EUA: O século de guerras perdidas
por James Petras
Apesar de ter o maior orçamento militar do mundo, cinco vezes maior do
que os seis países seguintes, o maior número de bases militares
no mundo mais de 180 e o complexo industrial militar mais caro,
os EUA não conseguiram ganhar uma única guerra no século
XXI.
Neste artigo, vamos enumerar as guerras e analisar porque é que, apesar
da poderosa base material para guerras, elas acabaram em fracassos.
As guerras perdidas
Os EUA têm estado envolvidos em múltiplas guerras e golpes desde o
início do século XXI. Incluem o Afeganistão, o Iraque, a
Líbia, a Síria, a Somália, a Palestina, a Venezuela e a
Ucrânia. Para além disso, os serviços secretos de
Washington têm financiado cinco grupos terroristas no Paquistão,
na China, na Rússia, na Sérvia e na Nicarágua.
Os EUA têm invadido países, declarado vitórias e,
subsequentemente, enfrentado resistência e guerra prolongada o que tem
exigido uma enorme presença militar americana apenas para proteger as
guarnições dos postos avançados.
Os EUA têm sofrido centenas de milhares de baixas soldados mortos,
estropiados e desequilibrados. Quanto mais gasta o Pentágono, maiores as
perdas e subsequentes retiradas.
Quanto mais numerosos são os regimes vassalos, maior é a
corrupção e a incompetência.
Todos os regimes sujeitos à tutela dos EUA têm fracassado em
cumprir os objetivos pretendidos pelos seus conselheiros militares
norte-americanos.
Quanto mais é gasto no recrutamento de exércitos
mercenários, maior é a taxa de deserção e a
transferência de armas para os adversários dos EUA.

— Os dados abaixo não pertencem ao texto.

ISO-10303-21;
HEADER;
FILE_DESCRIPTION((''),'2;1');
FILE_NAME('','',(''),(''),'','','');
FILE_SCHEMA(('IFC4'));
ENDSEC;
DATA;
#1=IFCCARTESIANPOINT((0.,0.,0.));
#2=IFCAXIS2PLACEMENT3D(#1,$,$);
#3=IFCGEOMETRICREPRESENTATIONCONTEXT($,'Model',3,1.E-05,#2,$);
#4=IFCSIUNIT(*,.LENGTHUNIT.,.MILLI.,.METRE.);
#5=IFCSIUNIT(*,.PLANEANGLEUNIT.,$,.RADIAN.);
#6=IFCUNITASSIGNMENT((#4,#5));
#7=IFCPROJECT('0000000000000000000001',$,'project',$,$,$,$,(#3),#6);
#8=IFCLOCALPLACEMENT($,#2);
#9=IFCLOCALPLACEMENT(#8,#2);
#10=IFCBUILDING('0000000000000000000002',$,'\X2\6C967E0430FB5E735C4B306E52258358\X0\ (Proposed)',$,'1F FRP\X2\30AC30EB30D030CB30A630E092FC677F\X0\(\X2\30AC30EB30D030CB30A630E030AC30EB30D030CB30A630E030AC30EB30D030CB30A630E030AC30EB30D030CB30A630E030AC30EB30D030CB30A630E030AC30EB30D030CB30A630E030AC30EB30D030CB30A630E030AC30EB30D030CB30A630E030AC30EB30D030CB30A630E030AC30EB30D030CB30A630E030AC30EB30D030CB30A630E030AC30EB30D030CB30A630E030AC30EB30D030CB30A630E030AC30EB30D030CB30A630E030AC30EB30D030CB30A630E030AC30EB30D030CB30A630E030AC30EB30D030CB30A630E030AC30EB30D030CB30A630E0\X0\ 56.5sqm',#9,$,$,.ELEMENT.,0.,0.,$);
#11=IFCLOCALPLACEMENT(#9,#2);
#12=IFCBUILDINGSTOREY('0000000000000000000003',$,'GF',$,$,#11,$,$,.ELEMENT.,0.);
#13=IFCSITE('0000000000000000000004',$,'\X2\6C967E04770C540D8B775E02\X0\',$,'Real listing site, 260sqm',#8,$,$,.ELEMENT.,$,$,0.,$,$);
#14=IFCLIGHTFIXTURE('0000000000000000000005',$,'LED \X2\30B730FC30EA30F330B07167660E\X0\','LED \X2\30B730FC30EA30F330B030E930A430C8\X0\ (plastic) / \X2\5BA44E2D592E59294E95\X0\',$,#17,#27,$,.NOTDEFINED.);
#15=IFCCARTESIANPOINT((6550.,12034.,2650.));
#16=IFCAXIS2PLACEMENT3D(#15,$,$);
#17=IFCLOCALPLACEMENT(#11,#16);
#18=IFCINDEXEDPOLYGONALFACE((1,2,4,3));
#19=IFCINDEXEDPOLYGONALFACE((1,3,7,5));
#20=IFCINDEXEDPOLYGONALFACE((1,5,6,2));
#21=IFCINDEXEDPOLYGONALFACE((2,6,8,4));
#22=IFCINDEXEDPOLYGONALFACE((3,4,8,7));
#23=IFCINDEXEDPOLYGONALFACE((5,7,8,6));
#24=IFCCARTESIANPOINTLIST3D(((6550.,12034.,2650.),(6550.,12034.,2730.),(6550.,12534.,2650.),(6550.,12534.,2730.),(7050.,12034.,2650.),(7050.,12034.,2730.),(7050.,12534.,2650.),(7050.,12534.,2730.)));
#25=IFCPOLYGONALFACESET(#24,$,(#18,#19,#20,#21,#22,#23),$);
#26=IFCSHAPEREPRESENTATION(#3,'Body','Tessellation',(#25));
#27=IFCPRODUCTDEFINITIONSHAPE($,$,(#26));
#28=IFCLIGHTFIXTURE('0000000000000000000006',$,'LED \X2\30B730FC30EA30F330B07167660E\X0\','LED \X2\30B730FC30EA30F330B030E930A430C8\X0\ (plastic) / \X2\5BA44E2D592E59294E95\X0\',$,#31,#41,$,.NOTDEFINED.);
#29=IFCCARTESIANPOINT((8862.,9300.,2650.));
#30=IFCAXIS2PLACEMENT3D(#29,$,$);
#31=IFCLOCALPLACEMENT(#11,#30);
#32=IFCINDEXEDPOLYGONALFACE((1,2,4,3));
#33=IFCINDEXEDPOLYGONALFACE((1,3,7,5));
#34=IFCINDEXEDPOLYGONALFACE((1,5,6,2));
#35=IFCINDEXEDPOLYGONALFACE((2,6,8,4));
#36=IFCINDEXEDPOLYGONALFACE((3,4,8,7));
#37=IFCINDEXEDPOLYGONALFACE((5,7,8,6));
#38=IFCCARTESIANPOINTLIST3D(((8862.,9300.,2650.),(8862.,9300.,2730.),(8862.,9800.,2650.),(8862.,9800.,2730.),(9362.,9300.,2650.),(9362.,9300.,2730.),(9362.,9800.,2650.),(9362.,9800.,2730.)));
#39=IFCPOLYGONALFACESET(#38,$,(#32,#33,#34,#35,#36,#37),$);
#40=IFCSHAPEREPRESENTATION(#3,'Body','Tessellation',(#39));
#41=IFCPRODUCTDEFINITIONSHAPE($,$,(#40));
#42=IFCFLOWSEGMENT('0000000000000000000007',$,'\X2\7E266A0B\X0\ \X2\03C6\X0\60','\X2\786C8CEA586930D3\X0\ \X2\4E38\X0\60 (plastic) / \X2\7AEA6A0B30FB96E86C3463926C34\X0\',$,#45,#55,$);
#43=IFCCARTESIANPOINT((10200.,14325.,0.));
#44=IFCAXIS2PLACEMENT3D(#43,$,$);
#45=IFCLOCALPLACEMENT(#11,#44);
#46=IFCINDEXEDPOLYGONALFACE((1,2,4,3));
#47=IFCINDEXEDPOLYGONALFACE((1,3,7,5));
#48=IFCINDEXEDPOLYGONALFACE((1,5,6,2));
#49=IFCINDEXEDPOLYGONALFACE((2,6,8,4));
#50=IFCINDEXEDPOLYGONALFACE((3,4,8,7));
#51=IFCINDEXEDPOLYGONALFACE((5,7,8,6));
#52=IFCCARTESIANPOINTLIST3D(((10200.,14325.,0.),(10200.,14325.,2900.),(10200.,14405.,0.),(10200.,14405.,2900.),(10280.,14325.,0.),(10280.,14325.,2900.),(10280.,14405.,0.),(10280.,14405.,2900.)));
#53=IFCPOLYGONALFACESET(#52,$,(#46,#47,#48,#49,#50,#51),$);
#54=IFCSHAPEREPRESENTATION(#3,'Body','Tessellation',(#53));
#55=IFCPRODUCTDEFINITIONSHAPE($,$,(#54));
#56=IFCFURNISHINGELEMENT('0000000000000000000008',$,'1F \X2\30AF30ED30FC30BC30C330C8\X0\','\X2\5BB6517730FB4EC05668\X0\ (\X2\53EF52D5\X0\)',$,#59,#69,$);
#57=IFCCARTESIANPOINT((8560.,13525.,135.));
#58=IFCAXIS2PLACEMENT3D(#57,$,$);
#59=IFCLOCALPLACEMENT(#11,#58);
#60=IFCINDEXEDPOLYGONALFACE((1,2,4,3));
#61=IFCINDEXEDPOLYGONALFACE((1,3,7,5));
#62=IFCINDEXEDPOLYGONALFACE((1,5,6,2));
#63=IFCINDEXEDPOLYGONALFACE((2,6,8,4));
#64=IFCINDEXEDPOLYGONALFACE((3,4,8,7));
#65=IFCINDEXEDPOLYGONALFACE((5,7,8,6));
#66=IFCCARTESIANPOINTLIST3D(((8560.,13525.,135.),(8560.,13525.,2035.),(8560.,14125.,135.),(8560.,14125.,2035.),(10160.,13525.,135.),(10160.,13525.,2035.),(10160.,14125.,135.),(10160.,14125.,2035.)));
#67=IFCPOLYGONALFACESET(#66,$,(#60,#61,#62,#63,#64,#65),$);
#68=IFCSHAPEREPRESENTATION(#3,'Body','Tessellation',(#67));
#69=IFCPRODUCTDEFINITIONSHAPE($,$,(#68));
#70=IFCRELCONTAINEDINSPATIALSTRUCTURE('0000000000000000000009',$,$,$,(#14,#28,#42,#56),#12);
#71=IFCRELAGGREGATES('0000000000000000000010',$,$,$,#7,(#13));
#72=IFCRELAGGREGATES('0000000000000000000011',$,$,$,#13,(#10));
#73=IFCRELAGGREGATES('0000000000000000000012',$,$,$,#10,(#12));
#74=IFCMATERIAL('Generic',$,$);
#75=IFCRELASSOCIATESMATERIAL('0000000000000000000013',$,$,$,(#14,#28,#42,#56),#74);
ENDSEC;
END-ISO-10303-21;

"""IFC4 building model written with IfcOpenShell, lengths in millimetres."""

from ifc_helpers import new_model, si_unit, frame, frame_2d, origin, place, context, project, spatial, rectangle, extrude, material, element, save


model = new_model("IFC4")

# Units and contexts
model_context = context("Model", 3, precision=1e-05, world=origin())
ifc_project = project(units=[si_unit("LENGTHUNIT", "METRE", prefix="MILLI"), si_unit("PLANEANGLEUNIT", "RADIAN")], contexts=[model_context])

# Site, building, storey
site_placement = place(None, origin())
site = spatial("IfcSite", under=ifc_project, at=site_placement, Name="沖縄県名護市", ObjectType="Real listing site, 260sqm", CompositionType="ELEMENT", RefElevation=0.0)
building_placement = place(site_placement, origin())
building = spatial("IfcBuilding", under=site, at=building_placement, Name="沖縄・平屋の別荘 (Proposed)", ObjectType="1F FRPガルバニウム鋼板(ガルバニウムガルバニウムガルバニウムガルバニウムガルバニウムガルバニウムガルバニウムガルバニウムガルバニウムガルバニウムガルバニウムガルバニウムガルバニウムガルバニウムガルバニウムガルバニウムガルバニウムガルバニウム 56.5sqm", CompositionType="ELEMENT", ElevationOfRefHeight=0.0, ElevationOfTerrain=0.0)
storey_placement = place(building_placement, origin())
storey = spatial("IfcBuildingStorey", under=building, at=storey_placement, Name="GF", CompositionType="ELEMENT", Elevation=0.0)

# Shared definitions
ifc_material_1 = material(Name="Generic")

# Light fixtures
light_fixture_1_placement = place(storey_placement, frame((6550.0, 12034.0, 2650.0)))
element("IfcLightFixture", 1, at=light_fixture_1_placement, inside=storey, material=ifc_material_1, Name="LED シーリング照明", Description="LED シーリングライト (plastic) / 室中央天井", PredefinedType="NOTDEFINED", context=model_context, shape_type="SweptSolid", body=[
    extrude(rectangle(XDim=500.0, YDim=500.0, at=frame_2d((250.0, 250.0))), frame((6550.0, 12034.0, 2650.0)), (0.0, 0.0, 1.0), 80.0),
])
light_fixture_2_placement = place(storey_placement, frame((8862.0, 9300.0, 2650.0)))
element("IfcLightFixture", 2, at=light_fixture_2_placement, inside=storey, material=ifc_material_1, Name="LED シーリング照明", Description="LED シーリングライト (plastic) / 室中央天井", PredefinedType="NOTDEFINED", context=model_context, shape_type="SweptSolid", body=[
    extrude(rectangle(XDim=500.0, YDim=500.0, at=frame_2d((250.0, 250.0))), frame((8862.0, 9300.0, 2650.0)), (0.0, 0.0, 1.0), 80.0),
])

# Flow segment
flow_segment_placement = place(storey_placement, frame((10200.0, 14325.0, 0.0)))
element("IfcFlowSegment", 3, at=flow_segment_placement, inside=storey, material=ifc_material_1, Name="縦樋 φ60", Description="硬質塩ビ 丸60 (plastic) / 竪樋・雨水排水", context=model_context, shape_type="SweptSolid", body=[
    extrude(rectangle(XDim=80.0, YDim=80.0, at=frame_2d((40.0, 40.0))), frame((10200.0, 14325.0, 0.0)), (0.0, 0.0, 1.0), 2900.0),
])

# Furnishing element
furnishing_placement = place(storey_placement, frame((8560.0, 13525.0, 135.0)))
element("IfcFurnishingElement", 4, at=furnishing_placement, inside=storey, material=ifc_material_1, Name="1F クローゼット", Description="家具・什器 (可動)", context=model_context, shape_type="SweptSolid", body=[
    extrude(rectangle(XDim=1600.0, YDim=600.0, at=frame_2d((800.0, 300.0))), frame((8560.0, 13525.0, 135.0)), (0.0, 0.0, 1.0), 1900.0),
])

save(model, "model.ifc")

O êxito em começar guerras e o fracasso em terminá-las
Os EUA invadiram o Afeganistão, tomaram a capital (Cabul), derrotaram o
exército regular
e depois passaram os vinte anos seguintes
atolados em guerras irregulares perdidas.

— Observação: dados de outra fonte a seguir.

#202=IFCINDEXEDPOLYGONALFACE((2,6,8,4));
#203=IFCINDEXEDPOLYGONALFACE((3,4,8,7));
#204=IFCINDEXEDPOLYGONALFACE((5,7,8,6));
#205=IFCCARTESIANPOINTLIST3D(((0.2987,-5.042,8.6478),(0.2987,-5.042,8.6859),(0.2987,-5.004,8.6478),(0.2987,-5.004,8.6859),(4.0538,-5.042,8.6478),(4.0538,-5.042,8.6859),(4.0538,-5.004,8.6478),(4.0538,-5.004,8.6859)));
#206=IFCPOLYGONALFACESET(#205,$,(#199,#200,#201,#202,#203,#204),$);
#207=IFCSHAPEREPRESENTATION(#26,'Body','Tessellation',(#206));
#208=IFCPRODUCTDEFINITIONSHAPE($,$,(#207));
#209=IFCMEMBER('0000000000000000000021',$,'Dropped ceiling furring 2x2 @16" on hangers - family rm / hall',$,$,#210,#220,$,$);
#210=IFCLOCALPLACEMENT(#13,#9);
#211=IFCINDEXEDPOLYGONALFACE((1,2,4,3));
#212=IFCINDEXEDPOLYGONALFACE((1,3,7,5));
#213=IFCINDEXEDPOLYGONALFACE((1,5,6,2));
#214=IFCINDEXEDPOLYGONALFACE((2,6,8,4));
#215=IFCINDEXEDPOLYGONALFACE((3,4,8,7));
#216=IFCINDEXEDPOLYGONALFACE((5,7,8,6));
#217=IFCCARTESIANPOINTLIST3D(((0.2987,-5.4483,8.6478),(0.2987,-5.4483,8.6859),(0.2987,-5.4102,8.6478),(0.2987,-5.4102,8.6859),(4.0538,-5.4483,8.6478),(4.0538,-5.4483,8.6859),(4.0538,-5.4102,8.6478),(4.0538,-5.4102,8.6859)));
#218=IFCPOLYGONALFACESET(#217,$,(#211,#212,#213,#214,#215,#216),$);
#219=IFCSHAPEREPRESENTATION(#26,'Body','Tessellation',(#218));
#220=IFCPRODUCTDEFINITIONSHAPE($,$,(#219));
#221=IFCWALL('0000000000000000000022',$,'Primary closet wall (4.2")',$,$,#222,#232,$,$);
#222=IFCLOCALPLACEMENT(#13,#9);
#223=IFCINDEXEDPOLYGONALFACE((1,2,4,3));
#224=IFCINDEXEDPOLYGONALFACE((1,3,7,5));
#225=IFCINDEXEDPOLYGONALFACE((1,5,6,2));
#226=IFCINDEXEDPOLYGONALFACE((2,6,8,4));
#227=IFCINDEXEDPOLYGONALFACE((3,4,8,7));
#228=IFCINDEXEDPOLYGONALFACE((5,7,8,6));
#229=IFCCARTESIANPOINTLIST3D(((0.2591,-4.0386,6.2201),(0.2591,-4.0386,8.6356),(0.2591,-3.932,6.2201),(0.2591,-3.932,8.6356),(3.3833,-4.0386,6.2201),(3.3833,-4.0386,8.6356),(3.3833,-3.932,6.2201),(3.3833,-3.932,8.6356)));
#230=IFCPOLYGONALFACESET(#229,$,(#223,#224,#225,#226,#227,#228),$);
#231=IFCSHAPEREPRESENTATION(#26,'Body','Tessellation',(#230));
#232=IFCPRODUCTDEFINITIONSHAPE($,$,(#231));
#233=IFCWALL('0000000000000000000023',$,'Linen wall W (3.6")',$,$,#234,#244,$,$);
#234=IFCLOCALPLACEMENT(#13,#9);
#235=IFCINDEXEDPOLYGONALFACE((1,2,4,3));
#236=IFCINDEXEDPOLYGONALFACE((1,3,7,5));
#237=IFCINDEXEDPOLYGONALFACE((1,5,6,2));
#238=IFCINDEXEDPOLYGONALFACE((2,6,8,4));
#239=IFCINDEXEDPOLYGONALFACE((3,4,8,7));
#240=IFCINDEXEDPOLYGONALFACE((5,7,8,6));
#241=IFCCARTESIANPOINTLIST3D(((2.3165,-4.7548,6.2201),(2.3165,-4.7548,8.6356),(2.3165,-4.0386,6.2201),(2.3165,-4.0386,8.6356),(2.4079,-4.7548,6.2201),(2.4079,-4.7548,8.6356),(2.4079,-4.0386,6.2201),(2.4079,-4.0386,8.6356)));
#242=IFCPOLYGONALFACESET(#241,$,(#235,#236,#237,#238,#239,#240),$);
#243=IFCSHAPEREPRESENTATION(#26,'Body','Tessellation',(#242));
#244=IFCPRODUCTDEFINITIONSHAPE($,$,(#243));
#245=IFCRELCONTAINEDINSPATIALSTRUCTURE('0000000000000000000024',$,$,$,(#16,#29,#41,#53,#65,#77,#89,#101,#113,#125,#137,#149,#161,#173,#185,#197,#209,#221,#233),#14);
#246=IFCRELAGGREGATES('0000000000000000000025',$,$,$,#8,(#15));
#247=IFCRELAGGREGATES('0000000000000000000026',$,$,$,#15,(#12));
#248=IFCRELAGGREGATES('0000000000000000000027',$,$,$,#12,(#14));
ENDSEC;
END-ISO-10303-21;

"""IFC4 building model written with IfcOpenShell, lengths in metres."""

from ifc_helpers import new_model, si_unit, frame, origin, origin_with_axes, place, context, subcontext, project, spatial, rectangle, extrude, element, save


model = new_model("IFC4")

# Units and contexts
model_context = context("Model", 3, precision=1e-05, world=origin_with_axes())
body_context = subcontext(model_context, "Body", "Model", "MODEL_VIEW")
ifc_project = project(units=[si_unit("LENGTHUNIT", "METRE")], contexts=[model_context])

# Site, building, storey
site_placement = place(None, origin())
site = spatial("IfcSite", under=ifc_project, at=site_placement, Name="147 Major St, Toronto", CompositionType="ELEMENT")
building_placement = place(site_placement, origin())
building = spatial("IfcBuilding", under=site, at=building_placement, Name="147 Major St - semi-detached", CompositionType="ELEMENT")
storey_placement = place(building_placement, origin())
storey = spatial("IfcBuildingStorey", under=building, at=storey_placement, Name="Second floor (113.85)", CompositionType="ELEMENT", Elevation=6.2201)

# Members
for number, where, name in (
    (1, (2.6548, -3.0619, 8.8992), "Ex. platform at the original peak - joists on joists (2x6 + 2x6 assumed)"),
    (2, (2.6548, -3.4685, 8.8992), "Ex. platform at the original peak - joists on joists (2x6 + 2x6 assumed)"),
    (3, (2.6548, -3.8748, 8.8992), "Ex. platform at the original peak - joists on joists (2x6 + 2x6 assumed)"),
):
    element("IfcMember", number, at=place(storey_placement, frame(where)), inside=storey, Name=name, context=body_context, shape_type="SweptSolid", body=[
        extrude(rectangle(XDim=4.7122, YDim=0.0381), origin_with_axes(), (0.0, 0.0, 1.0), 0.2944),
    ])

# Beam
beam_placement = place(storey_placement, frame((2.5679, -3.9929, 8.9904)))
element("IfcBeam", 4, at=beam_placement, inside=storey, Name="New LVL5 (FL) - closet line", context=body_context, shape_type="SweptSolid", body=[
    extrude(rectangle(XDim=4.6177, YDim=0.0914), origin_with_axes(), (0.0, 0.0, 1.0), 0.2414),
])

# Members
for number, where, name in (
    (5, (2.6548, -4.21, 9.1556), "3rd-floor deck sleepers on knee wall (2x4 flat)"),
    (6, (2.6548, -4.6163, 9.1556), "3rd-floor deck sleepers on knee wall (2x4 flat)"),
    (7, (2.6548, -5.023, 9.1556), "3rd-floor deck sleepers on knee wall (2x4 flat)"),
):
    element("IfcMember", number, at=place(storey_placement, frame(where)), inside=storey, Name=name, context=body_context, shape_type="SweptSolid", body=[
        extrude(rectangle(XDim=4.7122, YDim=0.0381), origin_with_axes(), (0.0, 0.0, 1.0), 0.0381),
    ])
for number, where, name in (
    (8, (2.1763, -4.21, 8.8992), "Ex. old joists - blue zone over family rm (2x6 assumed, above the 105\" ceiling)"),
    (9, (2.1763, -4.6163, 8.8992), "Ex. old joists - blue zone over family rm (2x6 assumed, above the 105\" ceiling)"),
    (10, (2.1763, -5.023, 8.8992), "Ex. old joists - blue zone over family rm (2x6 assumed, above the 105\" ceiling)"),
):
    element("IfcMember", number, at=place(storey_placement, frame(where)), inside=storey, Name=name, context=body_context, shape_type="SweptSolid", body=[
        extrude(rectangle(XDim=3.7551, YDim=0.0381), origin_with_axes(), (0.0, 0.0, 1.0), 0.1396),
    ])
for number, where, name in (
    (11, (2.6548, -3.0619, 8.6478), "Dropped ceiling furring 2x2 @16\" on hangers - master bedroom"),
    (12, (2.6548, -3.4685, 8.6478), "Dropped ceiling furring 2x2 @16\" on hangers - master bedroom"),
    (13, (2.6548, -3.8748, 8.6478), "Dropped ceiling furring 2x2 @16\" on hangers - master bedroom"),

As vitórias iniciais prepararam o terreno para as derrotas futuras. Os
bombardeamentos empurraram milhões de camponeses e agricultores,
pequenos comerciantes e artesãos para as milícias locais. Os
invasores foram derrotados pelas forças do nacionalismo e da
religião, ligadas às famílias e às comunidades. Os
rebeldes indígenas recolheram armas e dólares em muitas das
aldeias, cidades e províncias.
Resultados semelhantes repetiram-se no Iraque e na Líbia. Os EUA
invadiram, derrotaram os exércitos regulares, ocuparam a capital e
impuseram os seus clientes que prepararam o terreno para guerras de
longa duração, a grande escala, com os exércitos rebeldes
locais.
Quanto mais frequentes os bombardeamentos ocidentais, maior a
oposição para forçar a retirada do exército por
procuração.
A Somália tem sido bombardeada com frequência. Forças
Especiais recrutaram, treinaram e armaram soldados fantoches locais, apoiados
por exércitos mercenários
africanos, mas têm-se mantido refugiados na capital, Mogadíscio,
rodeados e atacados por rebeldes islâmicos, fracamente armados, mas
fortemente motivados e disciplinados.
A era das guerras imperialistas
A Síria está na mira de um exército mercenário
financiado e armado pelos EUA. No início, avançaram,
desenraizaram milhões, destruíram cidades e lares e apoderaram-se
de território. Tudo isso impressionou os senhores da guerra dos EUA-UE.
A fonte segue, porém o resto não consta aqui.